Uf jak na razie u mnie nie jest jeszcze tak upalnie i duszno, ale powoli wychodzi słońce, więc pewnie zaraz zacznie się parówa :( wczoraj chciałam sobie poćwiczyć chociaż w domu, bo dawno nie ćwiczyłam, ale po 20 minutach umiarkowanych ćwiczeń byłam cała mokra, zdyszana i umierająca - i to nie dlatego, że mam kiepską kondycję, ale przez tą mega duchotę :( nie lubię takiej pogody.
Prawie zaczynają mi się wakacje, jeszcze tylko jedna praca i będę się mogła nimi rozkoszować :)
W ogóle ostatnio mam jakąś wielką potrzebą spania - jeżeli nie muszę to nie wstaję wcześniej niż koło 10, dzisiaj sobie pozwoliłam i spałam do 11, jak na mnie to jest strasznie dużo!

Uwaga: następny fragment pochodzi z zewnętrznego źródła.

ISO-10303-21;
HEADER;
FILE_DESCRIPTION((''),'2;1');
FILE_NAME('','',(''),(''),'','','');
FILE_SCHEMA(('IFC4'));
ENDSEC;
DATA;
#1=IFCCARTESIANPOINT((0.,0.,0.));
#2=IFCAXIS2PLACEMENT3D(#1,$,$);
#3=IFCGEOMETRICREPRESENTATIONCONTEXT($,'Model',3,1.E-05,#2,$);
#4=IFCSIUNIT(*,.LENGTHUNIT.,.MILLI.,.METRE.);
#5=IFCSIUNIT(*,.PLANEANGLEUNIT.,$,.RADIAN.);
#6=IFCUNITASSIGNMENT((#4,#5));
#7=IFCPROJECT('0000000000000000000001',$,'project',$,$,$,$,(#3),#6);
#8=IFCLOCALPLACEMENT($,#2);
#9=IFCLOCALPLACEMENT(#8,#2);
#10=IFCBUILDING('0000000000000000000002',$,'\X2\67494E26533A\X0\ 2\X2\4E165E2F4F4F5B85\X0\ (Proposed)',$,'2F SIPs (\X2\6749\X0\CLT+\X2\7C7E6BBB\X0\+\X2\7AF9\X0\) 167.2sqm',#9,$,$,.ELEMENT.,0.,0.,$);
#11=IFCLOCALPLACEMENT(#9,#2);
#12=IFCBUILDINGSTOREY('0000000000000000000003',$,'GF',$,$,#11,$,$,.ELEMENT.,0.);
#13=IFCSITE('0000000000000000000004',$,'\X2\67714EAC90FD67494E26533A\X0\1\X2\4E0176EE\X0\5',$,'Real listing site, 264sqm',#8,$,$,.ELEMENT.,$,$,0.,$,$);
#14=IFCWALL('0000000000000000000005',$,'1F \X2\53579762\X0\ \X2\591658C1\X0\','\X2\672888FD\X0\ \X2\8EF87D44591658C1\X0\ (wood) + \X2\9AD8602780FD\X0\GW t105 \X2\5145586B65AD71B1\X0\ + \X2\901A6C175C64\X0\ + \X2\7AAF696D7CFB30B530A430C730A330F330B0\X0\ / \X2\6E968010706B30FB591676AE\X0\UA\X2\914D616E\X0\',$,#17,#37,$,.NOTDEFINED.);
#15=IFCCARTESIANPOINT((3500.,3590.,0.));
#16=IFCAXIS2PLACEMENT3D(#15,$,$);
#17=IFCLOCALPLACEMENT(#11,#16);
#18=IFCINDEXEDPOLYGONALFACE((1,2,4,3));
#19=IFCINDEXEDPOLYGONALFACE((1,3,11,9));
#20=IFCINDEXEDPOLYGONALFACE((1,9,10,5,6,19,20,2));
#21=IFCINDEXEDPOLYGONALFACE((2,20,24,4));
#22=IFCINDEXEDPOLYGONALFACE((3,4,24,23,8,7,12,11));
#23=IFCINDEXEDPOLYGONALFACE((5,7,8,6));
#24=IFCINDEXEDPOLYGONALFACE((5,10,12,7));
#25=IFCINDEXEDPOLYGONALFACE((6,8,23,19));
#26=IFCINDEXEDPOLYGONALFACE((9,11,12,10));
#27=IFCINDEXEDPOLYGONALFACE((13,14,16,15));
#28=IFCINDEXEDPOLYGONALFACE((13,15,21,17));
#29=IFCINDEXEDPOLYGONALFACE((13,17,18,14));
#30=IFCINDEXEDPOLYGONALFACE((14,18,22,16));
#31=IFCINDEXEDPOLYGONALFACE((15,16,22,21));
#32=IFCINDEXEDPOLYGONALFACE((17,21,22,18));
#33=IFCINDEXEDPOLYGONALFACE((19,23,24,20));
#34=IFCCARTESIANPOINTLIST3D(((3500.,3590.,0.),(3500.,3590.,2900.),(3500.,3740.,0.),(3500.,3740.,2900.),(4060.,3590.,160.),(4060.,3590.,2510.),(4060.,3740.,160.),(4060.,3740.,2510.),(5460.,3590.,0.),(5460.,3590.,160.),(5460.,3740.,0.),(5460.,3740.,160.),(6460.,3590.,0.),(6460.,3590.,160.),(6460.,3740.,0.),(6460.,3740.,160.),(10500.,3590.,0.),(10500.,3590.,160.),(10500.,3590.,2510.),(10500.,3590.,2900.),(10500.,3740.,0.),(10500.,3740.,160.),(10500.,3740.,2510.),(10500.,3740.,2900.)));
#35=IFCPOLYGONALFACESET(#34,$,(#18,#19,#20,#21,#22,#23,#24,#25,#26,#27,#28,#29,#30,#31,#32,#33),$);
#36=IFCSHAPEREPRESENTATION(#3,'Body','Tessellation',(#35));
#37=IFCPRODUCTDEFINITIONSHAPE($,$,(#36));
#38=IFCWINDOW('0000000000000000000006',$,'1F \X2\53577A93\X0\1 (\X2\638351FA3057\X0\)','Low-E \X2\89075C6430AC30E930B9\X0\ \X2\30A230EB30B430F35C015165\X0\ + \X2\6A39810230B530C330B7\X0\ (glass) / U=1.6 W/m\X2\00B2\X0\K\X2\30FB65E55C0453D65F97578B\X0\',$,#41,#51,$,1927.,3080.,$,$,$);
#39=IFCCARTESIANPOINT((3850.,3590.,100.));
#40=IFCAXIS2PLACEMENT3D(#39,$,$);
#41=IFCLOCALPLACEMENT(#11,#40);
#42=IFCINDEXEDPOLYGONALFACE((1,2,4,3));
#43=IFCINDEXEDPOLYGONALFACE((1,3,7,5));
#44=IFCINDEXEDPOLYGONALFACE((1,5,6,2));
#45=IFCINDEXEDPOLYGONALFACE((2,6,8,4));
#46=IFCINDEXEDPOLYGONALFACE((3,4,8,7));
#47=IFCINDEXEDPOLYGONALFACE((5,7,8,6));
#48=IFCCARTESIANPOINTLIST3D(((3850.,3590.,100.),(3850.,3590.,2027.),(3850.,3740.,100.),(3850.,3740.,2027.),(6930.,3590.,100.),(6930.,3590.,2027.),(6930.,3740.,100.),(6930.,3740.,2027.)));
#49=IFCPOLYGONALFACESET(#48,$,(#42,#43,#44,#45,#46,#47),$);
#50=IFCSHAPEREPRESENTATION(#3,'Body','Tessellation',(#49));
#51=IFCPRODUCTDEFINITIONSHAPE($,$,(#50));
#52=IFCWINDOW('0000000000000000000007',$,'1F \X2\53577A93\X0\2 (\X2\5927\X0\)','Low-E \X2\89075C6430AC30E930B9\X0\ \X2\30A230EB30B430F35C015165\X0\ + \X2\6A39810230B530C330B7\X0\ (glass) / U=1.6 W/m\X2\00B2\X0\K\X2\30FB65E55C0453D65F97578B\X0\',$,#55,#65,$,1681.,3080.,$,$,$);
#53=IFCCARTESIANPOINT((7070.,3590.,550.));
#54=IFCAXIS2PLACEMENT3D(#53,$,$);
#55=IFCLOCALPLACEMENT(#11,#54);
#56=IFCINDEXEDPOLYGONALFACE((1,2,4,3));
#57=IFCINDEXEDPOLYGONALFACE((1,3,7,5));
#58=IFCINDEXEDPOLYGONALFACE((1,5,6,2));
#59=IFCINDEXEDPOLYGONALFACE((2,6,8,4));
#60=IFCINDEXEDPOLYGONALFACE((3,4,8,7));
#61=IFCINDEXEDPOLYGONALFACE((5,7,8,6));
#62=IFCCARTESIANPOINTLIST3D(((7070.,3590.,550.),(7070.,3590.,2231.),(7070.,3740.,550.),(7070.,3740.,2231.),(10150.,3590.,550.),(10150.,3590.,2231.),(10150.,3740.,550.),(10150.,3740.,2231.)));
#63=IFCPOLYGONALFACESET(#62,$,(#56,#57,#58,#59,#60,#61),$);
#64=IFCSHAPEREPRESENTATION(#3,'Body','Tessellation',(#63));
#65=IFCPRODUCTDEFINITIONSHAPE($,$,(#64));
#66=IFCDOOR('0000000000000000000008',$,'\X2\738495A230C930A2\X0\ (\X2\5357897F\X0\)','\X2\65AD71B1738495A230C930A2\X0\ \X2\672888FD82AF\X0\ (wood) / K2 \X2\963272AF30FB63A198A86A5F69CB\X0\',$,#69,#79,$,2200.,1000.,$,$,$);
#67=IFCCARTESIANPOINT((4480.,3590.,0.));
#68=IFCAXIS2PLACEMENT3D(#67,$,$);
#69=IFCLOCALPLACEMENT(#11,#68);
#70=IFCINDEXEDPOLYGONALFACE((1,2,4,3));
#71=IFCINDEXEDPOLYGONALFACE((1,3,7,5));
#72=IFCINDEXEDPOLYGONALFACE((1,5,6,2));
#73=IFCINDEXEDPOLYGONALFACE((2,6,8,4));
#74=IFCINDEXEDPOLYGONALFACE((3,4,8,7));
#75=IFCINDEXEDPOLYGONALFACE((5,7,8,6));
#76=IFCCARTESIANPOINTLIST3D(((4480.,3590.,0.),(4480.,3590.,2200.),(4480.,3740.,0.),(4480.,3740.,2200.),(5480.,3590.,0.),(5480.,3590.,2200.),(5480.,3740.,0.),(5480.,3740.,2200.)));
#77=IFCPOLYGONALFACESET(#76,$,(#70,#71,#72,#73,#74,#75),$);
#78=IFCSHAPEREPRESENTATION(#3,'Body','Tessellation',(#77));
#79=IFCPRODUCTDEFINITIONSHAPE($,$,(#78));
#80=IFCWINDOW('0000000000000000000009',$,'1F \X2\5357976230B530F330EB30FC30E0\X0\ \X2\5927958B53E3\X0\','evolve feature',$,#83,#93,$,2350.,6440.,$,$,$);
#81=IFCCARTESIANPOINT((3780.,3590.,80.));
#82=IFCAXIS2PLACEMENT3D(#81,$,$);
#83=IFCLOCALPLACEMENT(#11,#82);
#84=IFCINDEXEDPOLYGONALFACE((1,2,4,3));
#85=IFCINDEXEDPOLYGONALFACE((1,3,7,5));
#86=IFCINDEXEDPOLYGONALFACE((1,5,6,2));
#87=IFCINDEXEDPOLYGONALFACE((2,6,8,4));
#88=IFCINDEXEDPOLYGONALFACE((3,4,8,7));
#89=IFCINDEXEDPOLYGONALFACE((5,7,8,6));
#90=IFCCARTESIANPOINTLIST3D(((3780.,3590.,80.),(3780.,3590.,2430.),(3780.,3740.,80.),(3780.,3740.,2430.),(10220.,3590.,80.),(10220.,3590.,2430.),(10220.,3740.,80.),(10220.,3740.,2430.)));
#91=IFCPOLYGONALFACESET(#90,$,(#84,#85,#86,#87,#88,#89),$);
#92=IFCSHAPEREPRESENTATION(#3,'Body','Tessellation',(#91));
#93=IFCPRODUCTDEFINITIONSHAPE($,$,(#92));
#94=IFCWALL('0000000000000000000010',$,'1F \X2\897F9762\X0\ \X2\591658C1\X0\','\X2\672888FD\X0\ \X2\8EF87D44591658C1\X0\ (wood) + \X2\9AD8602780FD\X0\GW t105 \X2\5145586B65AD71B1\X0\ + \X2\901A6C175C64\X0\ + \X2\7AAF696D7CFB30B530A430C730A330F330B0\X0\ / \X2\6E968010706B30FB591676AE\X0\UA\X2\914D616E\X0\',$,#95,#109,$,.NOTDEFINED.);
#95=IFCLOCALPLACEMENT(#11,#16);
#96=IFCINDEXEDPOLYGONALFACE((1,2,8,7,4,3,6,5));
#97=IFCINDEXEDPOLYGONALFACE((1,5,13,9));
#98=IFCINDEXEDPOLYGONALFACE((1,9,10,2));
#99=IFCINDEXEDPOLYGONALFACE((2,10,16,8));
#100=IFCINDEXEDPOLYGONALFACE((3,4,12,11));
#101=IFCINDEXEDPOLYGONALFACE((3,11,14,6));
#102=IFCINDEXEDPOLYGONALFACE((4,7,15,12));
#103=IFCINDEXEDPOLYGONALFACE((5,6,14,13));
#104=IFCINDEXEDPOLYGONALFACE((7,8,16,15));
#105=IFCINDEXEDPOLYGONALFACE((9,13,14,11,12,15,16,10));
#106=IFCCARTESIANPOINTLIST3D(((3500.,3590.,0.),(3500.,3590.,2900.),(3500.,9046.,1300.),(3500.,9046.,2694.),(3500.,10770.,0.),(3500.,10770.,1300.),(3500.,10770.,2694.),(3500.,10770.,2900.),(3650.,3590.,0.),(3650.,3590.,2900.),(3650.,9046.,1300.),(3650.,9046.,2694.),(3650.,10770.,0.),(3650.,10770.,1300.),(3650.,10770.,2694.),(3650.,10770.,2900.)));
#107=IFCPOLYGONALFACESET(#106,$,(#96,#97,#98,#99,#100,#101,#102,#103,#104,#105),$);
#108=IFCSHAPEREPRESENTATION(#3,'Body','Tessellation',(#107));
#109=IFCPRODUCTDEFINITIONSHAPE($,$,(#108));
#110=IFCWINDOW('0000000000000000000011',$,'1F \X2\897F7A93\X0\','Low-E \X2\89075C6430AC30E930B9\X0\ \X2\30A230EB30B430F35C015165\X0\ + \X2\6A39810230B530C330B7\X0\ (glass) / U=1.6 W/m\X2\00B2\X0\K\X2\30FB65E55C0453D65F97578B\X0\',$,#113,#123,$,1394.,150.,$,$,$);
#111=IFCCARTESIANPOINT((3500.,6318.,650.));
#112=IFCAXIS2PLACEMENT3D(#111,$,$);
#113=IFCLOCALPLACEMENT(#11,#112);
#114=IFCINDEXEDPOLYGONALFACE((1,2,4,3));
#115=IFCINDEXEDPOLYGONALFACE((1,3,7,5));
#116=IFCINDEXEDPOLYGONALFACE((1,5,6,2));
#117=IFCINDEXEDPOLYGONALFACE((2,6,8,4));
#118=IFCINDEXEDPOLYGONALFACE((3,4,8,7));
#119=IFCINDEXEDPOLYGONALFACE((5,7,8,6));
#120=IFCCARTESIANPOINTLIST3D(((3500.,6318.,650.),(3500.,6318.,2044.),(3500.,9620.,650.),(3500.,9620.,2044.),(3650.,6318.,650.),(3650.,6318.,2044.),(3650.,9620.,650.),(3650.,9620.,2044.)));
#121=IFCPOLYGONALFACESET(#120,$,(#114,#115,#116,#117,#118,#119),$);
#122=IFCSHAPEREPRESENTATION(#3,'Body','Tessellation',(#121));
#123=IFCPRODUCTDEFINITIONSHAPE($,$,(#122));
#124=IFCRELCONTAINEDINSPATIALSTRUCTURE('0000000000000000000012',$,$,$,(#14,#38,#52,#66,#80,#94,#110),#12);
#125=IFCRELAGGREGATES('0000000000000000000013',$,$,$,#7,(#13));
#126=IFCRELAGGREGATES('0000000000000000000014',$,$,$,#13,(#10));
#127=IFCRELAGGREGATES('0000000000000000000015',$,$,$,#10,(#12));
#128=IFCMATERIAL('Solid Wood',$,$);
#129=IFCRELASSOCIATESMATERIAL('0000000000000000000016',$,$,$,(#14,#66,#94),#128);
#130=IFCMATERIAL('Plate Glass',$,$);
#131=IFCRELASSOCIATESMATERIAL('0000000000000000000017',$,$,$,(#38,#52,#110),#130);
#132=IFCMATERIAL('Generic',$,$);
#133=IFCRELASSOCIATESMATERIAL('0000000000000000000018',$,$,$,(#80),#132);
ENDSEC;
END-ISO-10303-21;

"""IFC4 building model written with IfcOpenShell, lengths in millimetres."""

from ifc_helpers import new_model, si_unit, frame, frame_2d, origin, place, context, project, spatial, rectangle, extrude, material, element, fill, save


model = new_model("IFC4")

# Units and contexts
model_context = context("Model", 3, precision=1e-05, world=origin())
ifc_project = project(units=[si_unit("LENGTHUNIT", "METRE", prefix="MILLI"), si_unit("PLANEANGLEUNIT", "RADIAN")], contexts=[model_context])

# Site, building, storey
site_placement = place(None, origin())
site = spatial("IfcSite", under=ifc_project, at=site_placement, Name="東京都杉並区1丁目5", ObjectType="Real listing site, 264sqm", CompositionType="ELEMENT", RefElevation=0.0)
building_placement = place(site_placement, origin())
building = spatial("IfcBuilding", under=site, at=building_placement, Name="杉並区 2世帯住宅 (Proposed)", ObjectType="2F SIPs (杉CLT+籾殻+竹) 167.2sqm", CompositionType="ELEMENT", ElevationOfRefHeight=0.0, ElevationOfTerrain=0.0)
storey_placement = place(building_placement, origin())
storey = spatial("IfcBuildingStorey", under=building, at=storey_placement, Name="GF", CompositionType="ELEMENT", Elevation=0.0)

# Shared definitions
ifc_material_1 = material(Name="Solid Wood")
ifc_material_2 = material(Name="Generic")

# Wall, openings, windows, door
wall_1_placement = place(storey_placement, frame((3500.0, 3590.0, 0.0)))
wall_1 = element("IfcWall", 1, at=wall_1_placement, inside=storey, material=ifc_material_1, Name="1F 南面 外壁", Description="木製 軸組外壁 (wood) + 高性能GW t105 充填断熱 + 通気層 + 窯業系サイディング / 準耐火・外皮UA配慮", PredefinedType="NOTDEFINED", context=model_context, shape_type="SweptSolid", body=[
    extrude(rectangle(XDim=7000.0, YDim=150.0, at=frame_2d((3500.0, 75.0))), frame((3500.0, 3590.0, 0.0)), (0.0, 0.0, 1.0), 2900.0),
])
opening_1_placement = place(storey_placement, frame((3850.0, 3590.0, 100.0)))
opening_1 = element("IfcOpeningElement", 2, at=opening_1_placement, cuts=wall_1, PredefinedType="NOTDEFINED", context=model_context, shape_type="SweptSolid", body=[
    extrude(rectangle(XDim=3080.0, YDim=150.0, at=frame_2d((1540.0, 75.0))), frame((3850.0, 3590.0, 100.0)), (0.0, 0.0, 1.0), 1927.0),
])
opening_2_placement = place(storey_placement, frame((7070.0, 3590.0, 550.0)))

A i tak miałam ochotę jeszcze sobie poleżeć.
Ten tydzień musi być piękny pod względem diety. Postaram się też włączyć codzienne ćwiczenia, chociaż przy tych upałach nie wiem czy dam radę. Tabelkę już sobie zrobiłam i będę zaznaczać wieczorem czy się udało wszystko wykonać. Dzisiaj rano, w ogóle, pomyślałam sobie, że może spróbuję z a6w - jeszcze pomyślę.
Muszę się dzielnie trzymać, bo wymyśliłam sobie, że za ten tydzień w nagrodę kupię sobie film na dvd, który już dawno chciałam obejrzeć :) także jest mobilizacja.
Czy coś jeszcze??? Chyba wszystko :) wieczorem uzupełnię menu.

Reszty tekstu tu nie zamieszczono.